# Requirement:
Go through the entries, filter for the word "IFCOPENINGELEMENT", and copy every line that has it.

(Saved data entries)
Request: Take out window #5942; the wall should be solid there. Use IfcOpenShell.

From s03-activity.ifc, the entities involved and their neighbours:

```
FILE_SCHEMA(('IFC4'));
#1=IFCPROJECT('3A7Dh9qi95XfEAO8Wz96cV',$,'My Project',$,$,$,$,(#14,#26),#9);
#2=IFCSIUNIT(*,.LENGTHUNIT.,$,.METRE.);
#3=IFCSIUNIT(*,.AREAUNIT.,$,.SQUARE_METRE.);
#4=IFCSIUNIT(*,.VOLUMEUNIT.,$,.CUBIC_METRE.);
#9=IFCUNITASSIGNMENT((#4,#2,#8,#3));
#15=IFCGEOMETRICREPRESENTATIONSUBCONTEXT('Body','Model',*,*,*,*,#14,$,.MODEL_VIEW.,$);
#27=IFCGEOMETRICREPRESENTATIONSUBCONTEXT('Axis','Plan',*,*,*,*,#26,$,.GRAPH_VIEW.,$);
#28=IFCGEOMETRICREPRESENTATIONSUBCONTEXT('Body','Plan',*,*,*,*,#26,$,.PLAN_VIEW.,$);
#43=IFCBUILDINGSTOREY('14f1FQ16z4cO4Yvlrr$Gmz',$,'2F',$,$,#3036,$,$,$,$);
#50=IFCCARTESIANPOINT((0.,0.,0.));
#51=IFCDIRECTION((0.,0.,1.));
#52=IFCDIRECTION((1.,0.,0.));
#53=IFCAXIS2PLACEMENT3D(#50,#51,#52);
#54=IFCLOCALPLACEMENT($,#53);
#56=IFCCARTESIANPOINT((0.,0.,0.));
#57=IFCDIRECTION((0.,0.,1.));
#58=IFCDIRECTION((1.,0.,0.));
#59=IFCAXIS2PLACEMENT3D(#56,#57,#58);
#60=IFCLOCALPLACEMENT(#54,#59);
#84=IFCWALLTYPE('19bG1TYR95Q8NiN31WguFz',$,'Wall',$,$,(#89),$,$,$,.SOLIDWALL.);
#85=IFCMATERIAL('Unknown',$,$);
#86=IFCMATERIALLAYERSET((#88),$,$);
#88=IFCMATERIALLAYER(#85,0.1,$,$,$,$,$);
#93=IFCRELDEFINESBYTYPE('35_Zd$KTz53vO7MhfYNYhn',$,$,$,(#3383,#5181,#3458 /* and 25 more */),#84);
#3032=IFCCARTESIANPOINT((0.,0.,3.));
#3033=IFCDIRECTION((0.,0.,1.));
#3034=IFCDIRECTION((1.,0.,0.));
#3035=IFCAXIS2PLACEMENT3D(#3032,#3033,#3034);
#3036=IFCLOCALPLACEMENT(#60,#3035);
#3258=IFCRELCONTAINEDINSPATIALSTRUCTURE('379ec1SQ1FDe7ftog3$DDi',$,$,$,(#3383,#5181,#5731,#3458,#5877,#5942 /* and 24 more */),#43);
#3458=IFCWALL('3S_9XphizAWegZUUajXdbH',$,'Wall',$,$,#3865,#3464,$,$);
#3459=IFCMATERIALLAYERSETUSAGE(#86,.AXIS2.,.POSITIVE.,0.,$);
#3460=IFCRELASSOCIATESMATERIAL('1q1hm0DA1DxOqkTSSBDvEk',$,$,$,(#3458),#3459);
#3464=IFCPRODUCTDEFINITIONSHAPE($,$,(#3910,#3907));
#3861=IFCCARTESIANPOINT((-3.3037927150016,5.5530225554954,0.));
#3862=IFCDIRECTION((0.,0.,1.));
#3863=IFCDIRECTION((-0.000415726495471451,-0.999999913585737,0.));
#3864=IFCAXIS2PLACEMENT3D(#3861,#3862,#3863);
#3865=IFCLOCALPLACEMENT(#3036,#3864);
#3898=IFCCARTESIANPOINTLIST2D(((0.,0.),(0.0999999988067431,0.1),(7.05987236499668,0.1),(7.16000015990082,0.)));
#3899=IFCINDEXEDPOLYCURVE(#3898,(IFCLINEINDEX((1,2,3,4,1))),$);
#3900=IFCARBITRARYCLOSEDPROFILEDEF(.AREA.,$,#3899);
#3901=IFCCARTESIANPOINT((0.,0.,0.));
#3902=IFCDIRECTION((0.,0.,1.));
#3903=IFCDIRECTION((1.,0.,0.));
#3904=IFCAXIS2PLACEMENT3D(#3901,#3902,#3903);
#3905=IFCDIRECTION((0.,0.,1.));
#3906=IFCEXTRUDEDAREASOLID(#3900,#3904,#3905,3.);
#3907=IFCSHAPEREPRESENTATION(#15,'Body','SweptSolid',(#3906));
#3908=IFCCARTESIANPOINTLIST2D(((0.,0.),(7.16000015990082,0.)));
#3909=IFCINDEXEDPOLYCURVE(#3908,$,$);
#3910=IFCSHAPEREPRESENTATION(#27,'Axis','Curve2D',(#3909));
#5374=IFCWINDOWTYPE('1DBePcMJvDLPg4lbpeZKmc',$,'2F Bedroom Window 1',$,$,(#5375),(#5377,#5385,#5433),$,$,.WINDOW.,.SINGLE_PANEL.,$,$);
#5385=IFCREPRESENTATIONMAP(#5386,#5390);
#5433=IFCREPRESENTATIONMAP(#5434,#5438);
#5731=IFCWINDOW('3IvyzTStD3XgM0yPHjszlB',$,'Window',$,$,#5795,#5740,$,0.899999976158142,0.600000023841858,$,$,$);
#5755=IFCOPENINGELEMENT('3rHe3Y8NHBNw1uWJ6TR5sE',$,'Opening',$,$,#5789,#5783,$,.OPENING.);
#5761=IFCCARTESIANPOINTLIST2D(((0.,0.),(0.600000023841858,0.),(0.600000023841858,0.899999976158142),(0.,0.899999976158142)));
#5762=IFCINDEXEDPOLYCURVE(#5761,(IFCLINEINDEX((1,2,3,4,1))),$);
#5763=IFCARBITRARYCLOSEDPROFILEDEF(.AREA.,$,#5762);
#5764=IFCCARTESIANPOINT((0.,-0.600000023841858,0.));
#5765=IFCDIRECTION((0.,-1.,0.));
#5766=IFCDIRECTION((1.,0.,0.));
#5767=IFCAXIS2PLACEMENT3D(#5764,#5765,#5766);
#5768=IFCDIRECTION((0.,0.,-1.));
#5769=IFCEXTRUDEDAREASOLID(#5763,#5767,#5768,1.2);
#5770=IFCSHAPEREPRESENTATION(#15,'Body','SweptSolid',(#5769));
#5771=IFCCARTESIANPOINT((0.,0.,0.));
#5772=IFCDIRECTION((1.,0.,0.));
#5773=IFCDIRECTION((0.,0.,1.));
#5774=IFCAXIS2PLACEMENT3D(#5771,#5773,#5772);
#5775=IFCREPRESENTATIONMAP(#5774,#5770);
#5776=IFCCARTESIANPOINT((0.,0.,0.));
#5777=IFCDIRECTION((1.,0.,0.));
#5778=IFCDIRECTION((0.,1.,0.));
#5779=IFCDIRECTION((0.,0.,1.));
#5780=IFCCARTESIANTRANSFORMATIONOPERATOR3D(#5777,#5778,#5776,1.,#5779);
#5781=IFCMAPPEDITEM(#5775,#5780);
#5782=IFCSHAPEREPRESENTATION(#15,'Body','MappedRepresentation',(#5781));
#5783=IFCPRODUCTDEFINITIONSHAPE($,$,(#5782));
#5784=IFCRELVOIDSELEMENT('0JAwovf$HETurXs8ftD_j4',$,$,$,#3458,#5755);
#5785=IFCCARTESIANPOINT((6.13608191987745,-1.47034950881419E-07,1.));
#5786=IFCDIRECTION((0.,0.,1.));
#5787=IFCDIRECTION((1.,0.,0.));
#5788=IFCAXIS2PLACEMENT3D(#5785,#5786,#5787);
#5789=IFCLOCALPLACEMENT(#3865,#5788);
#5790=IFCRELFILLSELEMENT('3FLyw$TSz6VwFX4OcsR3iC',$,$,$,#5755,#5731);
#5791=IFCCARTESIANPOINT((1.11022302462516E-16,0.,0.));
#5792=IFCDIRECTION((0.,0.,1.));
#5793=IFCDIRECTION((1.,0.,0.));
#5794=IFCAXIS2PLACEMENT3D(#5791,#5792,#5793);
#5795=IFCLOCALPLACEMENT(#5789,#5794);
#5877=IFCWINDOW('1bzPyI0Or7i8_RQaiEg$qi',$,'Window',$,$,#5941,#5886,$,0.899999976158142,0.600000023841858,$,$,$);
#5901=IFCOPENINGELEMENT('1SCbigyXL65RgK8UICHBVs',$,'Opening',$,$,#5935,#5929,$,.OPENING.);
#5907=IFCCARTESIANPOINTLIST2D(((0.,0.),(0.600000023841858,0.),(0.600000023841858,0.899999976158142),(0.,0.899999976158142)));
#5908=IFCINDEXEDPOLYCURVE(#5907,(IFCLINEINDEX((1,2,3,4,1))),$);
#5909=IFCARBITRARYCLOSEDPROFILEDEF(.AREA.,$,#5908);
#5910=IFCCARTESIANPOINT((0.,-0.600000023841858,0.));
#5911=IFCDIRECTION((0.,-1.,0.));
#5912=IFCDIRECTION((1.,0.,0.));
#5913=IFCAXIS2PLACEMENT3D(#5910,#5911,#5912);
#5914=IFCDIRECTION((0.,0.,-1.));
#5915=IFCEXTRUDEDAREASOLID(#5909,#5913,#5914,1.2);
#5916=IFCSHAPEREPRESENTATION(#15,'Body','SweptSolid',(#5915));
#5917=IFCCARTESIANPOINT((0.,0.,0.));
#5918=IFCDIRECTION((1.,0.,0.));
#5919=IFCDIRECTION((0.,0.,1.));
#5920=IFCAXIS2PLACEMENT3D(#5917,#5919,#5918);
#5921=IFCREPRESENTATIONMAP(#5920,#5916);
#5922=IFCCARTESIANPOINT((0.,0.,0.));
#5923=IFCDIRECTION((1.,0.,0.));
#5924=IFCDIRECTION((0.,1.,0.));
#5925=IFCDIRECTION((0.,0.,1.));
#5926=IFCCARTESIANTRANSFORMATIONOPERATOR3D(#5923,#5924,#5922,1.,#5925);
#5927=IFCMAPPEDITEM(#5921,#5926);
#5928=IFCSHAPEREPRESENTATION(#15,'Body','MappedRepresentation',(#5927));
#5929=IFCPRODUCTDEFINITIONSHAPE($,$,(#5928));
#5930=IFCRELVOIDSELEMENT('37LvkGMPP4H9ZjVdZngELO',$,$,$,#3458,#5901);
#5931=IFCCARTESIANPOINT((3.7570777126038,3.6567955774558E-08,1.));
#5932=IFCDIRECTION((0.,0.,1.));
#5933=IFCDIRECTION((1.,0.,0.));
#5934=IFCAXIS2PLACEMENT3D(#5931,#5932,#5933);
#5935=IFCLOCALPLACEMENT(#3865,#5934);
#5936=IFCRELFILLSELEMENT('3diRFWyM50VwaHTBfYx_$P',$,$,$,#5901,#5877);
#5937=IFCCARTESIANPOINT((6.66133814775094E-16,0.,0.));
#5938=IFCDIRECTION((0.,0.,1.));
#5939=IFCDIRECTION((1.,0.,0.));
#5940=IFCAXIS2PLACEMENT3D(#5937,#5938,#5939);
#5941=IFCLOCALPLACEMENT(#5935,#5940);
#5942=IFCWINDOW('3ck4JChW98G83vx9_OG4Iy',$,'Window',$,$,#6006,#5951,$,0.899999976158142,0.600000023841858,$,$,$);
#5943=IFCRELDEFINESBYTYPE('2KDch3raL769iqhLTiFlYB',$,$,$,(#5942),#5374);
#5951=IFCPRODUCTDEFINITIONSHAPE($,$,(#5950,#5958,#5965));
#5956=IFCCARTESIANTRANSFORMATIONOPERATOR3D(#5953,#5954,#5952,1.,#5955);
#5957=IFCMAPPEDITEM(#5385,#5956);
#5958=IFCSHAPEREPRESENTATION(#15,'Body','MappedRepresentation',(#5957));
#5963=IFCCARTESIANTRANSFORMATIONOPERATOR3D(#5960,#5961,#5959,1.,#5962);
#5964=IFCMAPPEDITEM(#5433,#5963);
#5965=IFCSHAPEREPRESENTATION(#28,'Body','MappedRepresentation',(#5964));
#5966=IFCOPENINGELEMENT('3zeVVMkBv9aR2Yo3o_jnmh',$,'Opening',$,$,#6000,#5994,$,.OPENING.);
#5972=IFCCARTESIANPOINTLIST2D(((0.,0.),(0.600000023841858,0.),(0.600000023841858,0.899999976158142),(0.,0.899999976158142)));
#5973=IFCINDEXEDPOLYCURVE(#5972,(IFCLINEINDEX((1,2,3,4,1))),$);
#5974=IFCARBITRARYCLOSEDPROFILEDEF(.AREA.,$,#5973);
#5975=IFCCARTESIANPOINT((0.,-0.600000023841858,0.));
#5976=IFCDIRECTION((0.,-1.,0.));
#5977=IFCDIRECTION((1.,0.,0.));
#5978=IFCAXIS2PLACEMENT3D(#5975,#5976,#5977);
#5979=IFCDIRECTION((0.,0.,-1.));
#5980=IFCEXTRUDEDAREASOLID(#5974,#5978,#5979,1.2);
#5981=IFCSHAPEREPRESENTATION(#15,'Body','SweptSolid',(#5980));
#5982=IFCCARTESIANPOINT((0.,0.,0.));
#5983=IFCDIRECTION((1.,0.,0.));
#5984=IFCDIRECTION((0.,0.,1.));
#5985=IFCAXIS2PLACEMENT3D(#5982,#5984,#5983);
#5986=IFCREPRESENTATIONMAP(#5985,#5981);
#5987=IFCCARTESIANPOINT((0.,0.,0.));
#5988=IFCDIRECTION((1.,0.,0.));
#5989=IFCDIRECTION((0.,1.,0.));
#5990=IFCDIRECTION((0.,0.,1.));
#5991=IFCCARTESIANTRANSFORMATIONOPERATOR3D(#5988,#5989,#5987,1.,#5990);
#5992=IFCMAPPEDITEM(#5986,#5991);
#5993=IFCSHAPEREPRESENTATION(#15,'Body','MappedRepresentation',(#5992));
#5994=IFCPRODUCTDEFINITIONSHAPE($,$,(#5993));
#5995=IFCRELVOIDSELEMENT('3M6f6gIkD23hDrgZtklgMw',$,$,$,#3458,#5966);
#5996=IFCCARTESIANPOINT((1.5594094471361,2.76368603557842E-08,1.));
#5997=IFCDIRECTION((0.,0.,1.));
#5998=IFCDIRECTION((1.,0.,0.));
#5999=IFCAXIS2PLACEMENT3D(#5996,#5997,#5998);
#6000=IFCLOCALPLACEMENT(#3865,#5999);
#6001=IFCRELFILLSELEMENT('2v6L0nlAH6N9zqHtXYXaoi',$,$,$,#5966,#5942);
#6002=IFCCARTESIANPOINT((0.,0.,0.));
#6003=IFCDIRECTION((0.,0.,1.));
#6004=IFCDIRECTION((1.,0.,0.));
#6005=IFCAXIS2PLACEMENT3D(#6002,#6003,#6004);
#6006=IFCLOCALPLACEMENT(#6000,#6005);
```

```python
import ifcopenshell
import ifcopenshell.api.feature
import ifcopenshell.api.root
import ifcopenshell.geom
import ifcopenshell.util.shape

model = ifcopenshell.open("s03-activity.ifc")
settings = ifcopenshell.geom.settings()


def volume(element):
    """Net volume in cubic metres, openings subtracted."""
    shape = ifcopenshell.geom.create_shape(settings, element)
    return ifcopenshell.util.shape.get_volume(shape.geometry)


window = model.by_guid("3ck4JChW98G83vx9_OG4Iy")
opening = window.FillsVoids[0].RelatingOpeningElement
wall = opening.VoidsElements[0].RelatingBuildingElement
before = volume(wall)

ifcopenshell.api.root.remove_product(model, product=window)
ifcopenshell.api.feature.remove_feature(model, feature=opening)

after = volume(wall)

print(f"wall volume {before:.3f} -> {after:.3f} m3")

model.write("s03-activity_v2.ifc")
```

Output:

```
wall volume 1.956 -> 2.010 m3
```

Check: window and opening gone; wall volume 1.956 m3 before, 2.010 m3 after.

# Exercise result:
#5755=IFCOPENINGELEMENT('3rHe3Y8NHBNw1uWJ6TR5sE',$,'Opening',$,$,#5789,#5783,$,.OPENING.);
#5901=IFCOPENINGELEMENT('1SCbigyXL65RgK8UICHBVs',$,'Opening',$,$,#5935,#5929,$,.OPENING.);
#5966=IFCOPENINGELEMENT('3zeVVMkBv9aR2Yo3o_jnmh',$,'Opening',$,$,#6000,#5994,$,.OPENING.);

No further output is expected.